Statement (1) is well known as right invariance and statement (2) is known as left invariance..
Now as far as extended transition function is concerned , right invariance holds but not left invariance..
We can think about the same intuitively..
Let we start from start state q0....Now on reading string 'x' and hence applying multiple transition δ*(q0 , x) we reach say state qi...Now given δ*(q0 , x) = δ*(q0 , y)..
So on reading y also we will reach the same state qi....
Hence δ*(q0 , xz) means reading string 'z' after string 'x' will lead to same state as δ*(q0 , yz) as before reading 'z' string in both cases we were in qi state hence the destination state will also be the same.

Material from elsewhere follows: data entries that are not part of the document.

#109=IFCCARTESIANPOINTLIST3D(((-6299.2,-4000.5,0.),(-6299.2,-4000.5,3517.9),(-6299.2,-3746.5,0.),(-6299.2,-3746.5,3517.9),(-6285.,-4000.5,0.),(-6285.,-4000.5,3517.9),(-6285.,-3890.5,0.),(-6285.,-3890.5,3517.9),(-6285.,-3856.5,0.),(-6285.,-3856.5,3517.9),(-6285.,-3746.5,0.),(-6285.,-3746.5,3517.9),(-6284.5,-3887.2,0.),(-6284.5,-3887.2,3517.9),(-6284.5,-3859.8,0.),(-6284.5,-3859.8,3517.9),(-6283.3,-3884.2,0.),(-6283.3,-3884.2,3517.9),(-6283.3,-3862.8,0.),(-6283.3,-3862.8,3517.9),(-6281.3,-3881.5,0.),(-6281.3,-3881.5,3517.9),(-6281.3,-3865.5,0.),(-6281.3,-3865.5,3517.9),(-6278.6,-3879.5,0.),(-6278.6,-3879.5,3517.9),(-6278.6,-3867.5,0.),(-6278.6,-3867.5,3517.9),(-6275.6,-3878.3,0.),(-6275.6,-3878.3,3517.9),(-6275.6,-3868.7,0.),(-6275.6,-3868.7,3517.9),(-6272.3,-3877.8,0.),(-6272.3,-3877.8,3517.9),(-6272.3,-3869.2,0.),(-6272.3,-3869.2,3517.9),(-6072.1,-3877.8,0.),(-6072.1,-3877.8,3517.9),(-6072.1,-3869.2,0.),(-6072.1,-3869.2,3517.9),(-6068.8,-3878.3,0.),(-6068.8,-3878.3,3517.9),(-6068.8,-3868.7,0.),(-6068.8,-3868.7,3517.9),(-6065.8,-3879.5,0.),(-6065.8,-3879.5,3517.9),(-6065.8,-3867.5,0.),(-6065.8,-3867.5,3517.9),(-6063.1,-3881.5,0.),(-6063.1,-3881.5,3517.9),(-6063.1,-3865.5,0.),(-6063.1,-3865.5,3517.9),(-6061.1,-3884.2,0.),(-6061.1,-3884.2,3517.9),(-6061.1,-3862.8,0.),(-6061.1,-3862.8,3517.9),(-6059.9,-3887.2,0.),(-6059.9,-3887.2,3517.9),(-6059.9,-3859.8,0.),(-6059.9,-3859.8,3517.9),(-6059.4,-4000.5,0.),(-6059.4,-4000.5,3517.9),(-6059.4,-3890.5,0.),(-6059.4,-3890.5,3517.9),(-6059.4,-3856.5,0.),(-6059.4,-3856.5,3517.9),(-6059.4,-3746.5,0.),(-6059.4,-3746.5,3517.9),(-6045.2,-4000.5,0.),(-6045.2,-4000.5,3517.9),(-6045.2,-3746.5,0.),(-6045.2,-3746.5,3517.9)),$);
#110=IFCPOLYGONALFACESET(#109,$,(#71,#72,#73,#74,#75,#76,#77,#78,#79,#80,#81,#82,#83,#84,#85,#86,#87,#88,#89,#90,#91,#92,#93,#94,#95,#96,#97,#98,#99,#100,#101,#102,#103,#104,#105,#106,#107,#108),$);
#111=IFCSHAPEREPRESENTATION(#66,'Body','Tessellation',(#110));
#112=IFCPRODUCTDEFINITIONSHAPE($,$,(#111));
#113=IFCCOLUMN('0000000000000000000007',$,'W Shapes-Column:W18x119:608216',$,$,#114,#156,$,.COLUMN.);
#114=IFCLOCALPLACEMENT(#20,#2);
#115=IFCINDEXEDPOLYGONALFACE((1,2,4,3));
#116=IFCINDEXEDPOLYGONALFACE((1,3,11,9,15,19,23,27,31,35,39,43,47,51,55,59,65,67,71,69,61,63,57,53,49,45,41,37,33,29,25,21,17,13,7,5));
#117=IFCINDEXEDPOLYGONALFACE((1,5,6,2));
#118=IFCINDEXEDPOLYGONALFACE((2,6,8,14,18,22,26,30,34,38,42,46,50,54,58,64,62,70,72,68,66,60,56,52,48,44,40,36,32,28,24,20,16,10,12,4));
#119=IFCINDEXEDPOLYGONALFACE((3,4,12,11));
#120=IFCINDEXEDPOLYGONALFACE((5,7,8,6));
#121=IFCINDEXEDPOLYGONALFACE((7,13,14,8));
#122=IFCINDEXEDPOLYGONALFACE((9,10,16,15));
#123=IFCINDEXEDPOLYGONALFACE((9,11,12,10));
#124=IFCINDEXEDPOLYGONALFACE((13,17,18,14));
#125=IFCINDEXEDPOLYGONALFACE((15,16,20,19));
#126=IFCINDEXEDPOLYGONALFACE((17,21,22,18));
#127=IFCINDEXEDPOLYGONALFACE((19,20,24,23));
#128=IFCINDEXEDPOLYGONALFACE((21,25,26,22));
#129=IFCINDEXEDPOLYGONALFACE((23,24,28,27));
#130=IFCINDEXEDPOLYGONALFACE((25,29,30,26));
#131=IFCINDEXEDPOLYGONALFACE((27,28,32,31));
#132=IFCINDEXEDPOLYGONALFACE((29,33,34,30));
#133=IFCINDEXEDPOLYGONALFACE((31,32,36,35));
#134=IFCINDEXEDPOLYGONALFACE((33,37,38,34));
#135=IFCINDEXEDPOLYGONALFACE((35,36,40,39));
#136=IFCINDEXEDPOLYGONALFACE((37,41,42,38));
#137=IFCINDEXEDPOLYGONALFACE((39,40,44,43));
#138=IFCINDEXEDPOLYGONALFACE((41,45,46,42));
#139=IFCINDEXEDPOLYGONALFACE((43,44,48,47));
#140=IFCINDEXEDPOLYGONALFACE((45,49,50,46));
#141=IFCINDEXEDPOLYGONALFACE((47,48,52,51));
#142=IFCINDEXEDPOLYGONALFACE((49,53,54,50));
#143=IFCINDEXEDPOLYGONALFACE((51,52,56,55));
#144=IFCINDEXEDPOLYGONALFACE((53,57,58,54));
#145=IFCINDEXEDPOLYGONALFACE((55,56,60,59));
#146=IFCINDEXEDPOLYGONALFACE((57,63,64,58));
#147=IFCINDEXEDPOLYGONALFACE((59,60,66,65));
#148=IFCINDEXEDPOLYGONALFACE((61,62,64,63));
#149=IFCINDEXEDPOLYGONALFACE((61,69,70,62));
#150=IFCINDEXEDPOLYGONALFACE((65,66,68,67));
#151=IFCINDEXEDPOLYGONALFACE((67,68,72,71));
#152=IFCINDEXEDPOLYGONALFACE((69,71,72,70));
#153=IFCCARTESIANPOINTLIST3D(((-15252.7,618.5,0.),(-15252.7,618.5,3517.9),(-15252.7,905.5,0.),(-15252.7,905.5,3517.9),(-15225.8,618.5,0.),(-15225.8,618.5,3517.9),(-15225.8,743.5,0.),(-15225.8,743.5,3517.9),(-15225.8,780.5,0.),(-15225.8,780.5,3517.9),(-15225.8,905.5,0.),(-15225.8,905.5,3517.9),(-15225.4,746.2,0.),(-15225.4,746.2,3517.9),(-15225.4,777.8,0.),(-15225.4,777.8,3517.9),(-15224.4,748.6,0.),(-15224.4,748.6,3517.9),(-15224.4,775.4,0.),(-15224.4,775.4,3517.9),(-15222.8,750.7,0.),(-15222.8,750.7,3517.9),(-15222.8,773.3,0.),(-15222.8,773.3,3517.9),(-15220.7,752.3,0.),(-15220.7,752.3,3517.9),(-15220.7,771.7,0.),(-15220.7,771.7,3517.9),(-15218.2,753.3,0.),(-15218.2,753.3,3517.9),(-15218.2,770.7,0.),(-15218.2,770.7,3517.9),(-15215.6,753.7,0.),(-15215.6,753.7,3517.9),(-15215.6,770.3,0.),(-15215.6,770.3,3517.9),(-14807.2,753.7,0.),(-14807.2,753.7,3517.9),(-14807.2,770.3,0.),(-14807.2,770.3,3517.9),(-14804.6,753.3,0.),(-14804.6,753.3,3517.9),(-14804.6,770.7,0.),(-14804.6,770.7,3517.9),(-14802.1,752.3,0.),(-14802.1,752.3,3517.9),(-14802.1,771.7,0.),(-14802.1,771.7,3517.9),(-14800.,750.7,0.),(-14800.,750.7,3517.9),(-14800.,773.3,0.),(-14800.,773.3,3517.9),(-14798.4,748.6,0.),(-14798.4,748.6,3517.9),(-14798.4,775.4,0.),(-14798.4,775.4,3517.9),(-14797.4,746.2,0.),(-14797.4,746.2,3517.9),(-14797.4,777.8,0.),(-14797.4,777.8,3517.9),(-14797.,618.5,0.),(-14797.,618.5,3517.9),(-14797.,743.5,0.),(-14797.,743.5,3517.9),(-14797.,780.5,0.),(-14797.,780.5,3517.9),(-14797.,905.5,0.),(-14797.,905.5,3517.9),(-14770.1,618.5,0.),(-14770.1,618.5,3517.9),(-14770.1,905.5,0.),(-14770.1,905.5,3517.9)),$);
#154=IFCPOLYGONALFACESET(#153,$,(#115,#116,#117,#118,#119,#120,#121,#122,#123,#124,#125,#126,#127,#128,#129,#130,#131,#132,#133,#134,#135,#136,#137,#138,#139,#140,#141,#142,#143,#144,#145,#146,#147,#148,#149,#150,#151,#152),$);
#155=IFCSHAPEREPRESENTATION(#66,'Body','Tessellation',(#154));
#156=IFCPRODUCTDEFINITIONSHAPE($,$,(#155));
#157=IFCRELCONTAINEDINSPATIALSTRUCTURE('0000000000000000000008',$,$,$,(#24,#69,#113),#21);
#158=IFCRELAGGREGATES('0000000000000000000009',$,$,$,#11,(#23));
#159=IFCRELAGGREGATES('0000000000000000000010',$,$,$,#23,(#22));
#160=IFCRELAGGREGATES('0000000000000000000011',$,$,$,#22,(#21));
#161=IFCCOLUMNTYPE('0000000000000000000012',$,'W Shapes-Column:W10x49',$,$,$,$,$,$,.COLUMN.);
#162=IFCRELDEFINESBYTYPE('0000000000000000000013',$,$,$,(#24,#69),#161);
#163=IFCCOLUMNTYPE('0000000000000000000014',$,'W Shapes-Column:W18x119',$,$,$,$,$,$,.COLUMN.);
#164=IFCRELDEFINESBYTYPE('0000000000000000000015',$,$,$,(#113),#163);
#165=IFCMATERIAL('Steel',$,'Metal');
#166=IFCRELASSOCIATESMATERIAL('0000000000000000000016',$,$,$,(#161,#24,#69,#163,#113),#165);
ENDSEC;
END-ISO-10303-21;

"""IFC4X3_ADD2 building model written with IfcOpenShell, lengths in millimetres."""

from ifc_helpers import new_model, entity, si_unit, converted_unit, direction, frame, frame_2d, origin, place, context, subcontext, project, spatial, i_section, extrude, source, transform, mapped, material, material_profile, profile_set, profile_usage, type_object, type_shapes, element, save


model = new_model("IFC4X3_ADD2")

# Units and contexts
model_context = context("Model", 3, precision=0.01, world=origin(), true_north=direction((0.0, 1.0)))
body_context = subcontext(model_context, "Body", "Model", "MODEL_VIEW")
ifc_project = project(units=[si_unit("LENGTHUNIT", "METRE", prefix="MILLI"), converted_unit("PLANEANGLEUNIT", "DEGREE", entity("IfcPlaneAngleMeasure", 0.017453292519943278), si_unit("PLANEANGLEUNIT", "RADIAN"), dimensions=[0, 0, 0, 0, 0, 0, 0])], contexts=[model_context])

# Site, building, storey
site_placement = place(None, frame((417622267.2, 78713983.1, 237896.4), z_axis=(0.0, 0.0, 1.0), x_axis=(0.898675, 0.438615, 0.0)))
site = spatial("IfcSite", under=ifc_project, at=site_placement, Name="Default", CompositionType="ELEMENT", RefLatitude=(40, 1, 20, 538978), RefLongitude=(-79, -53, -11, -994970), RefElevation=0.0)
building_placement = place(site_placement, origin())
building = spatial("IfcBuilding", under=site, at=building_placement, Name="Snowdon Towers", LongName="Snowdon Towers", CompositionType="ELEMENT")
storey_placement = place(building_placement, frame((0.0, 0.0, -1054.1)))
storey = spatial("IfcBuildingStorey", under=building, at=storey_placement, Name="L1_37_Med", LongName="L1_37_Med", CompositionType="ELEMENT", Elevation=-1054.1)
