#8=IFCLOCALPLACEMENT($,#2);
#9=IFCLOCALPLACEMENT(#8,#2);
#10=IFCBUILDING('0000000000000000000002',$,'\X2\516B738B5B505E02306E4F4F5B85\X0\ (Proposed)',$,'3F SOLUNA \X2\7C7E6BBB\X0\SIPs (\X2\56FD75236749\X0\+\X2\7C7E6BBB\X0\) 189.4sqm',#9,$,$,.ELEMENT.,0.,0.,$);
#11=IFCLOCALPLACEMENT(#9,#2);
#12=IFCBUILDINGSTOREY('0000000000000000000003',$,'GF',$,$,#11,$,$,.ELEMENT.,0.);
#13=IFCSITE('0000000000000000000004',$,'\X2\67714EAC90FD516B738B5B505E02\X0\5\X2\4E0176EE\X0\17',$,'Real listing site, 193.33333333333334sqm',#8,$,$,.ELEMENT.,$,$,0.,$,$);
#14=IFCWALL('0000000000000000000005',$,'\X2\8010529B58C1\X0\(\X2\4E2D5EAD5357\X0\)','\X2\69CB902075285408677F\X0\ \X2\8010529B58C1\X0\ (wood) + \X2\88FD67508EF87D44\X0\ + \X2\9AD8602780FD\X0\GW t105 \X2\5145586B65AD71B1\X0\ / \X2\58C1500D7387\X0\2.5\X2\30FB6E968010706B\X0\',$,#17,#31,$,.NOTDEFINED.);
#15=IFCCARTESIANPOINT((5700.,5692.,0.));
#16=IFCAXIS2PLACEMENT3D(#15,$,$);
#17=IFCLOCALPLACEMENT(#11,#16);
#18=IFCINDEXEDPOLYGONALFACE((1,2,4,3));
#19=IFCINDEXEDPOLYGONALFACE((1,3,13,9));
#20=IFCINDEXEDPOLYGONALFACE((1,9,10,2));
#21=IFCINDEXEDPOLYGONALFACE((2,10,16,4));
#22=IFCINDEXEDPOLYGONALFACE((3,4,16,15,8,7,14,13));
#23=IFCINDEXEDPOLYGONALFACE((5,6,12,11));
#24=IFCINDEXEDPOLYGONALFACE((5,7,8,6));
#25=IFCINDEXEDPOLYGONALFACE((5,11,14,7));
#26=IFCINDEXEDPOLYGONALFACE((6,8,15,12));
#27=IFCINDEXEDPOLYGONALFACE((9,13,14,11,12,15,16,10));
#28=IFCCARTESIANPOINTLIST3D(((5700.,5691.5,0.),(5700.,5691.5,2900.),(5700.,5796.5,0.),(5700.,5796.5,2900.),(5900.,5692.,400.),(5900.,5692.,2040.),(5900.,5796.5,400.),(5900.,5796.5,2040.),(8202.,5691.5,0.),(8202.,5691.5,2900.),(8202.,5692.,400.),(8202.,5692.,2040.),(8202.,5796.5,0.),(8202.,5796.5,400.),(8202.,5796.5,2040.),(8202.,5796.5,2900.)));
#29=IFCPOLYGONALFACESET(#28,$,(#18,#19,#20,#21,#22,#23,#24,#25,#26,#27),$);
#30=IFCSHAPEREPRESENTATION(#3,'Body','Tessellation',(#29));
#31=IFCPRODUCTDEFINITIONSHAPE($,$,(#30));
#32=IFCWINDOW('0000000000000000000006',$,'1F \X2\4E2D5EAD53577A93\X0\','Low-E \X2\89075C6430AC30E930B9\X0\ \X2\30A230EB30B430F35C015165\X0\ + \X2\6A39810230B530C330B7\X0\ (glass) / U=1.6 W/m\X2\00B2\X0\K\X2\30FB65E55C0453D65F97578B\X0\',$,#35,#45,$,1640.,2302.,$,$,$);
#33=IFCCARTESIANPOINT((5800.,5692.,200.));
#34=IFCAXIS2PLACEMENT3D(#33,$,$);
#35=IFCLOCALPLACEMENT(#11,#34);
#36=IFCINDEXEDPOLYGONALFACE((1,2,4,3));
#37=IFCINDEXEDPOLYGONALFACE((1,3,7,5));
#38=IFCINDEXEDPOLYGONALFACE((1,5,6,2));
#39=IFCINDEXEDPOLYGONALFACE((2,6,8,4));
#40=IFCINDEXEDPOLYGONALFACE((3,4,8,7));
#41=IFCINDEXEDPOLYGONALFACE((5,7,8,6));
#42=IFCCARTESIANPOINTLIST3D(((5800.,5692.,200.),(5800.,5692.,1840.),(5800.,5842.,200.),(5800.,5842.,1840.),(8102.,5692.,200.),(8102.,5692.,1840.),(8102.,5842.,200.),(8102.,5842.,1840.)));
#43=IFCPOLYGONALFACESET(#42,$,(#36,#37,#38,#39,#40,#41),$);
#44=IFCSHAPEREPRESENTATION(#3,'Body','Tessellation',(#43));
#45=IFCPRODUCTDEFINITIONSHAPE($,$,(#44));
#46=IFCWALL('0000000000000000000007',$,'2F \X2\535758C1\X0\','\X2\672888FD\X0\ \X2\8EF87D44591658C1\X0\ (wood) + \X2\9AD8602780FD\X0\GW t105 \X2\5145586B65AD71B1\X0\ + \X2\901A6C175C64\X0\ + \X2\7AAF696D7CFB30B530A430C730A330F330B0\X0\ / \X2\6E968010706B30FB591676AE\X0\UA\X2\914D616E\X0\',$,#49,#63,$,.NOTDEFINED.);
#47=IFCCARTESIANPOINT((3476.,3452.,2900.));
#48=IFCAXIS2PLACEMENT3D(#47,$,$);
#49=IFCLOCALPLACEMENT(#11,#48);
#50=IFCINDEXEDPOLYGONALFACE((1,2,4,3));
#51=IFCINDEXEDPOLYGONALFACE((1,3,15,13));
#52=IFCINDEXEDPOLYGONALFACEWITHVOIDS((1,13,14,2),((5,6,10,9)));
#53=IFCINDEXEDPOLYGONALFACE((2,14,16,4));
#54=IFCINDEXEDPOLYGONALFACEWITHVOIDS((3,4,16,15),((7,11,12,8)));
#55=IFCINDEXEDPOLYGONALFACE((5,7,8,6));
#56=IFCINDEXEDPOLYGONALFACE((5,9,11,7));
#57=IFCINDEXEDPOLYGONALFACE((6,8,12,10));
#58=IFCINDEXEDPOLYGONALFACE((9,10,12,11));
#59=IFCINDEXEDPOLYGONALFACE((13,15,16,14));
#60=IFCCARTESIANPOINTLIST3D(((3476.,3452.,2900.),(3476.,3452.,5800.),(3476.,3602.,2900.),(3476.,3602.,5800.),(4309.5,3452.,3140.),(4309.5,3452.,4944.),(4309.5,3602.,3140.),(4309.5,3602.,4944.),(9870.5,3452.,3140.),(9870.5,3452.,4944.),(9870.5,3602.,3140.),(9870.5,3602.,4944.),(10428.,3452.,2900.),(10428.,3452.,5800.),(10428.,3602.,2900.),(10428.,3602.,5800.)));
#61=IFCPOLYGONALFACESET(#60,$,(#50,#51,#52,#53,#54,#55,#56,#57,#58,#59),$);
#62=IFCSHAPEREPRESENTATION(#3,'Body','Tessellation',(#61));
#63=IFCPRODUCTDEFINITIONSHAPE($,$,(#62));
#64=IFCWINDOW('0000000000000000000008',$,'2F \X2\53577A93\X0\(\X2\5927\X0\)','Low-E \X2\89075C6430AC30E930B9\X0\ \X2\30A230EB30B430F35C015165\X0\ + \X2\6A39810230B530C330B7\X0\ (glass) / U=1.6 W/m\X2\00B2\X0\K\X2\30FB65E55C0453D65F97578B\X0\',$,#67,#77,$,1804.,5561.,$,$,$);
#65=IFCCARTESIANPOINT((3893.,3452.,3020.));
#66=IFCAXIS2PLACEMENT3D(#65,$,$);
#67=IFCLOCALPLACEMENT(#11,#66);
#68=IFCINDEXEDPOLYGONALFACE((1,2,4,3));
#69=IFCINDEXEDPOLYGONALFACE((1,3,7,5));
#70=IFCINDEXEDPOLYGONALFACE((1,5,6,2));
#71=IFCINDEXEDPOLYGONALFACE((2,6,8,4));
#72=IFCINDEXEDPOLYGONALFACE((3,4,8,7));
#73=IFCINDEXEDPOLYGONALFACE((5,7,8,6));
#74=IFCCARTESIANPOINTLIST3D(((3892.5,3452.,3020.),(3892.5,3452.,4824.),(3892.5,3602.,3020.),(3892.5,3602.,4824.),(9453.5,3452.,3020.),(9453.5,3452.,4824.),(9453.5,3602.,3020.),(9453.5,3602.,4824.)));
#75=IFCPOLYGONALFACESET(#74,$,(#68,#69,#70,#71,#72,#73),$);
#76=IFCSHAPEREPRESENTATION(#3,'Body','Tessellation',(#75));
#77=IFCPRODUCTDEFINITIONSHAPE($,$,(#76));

Hence right invariance holds..
On the other hand ,
for δ*(q0 , zx) and δ*(q0 , zy) , say on reading string 'z' , we reach qi ..After that we read 'x' string for first extended transition function and 'y' string for second one..
Now from qi , on reading 'x' and 'y' we may go to different states..[ As qi is distinct from q0 ]
So even though δ*(q0 , x) = δ*(q0 , y) ,
but δ*(q0 , zx) = δ*(q0 , zy) need not hold...
Hence left invariance does not hold here..
Hence option A) should be correct answer..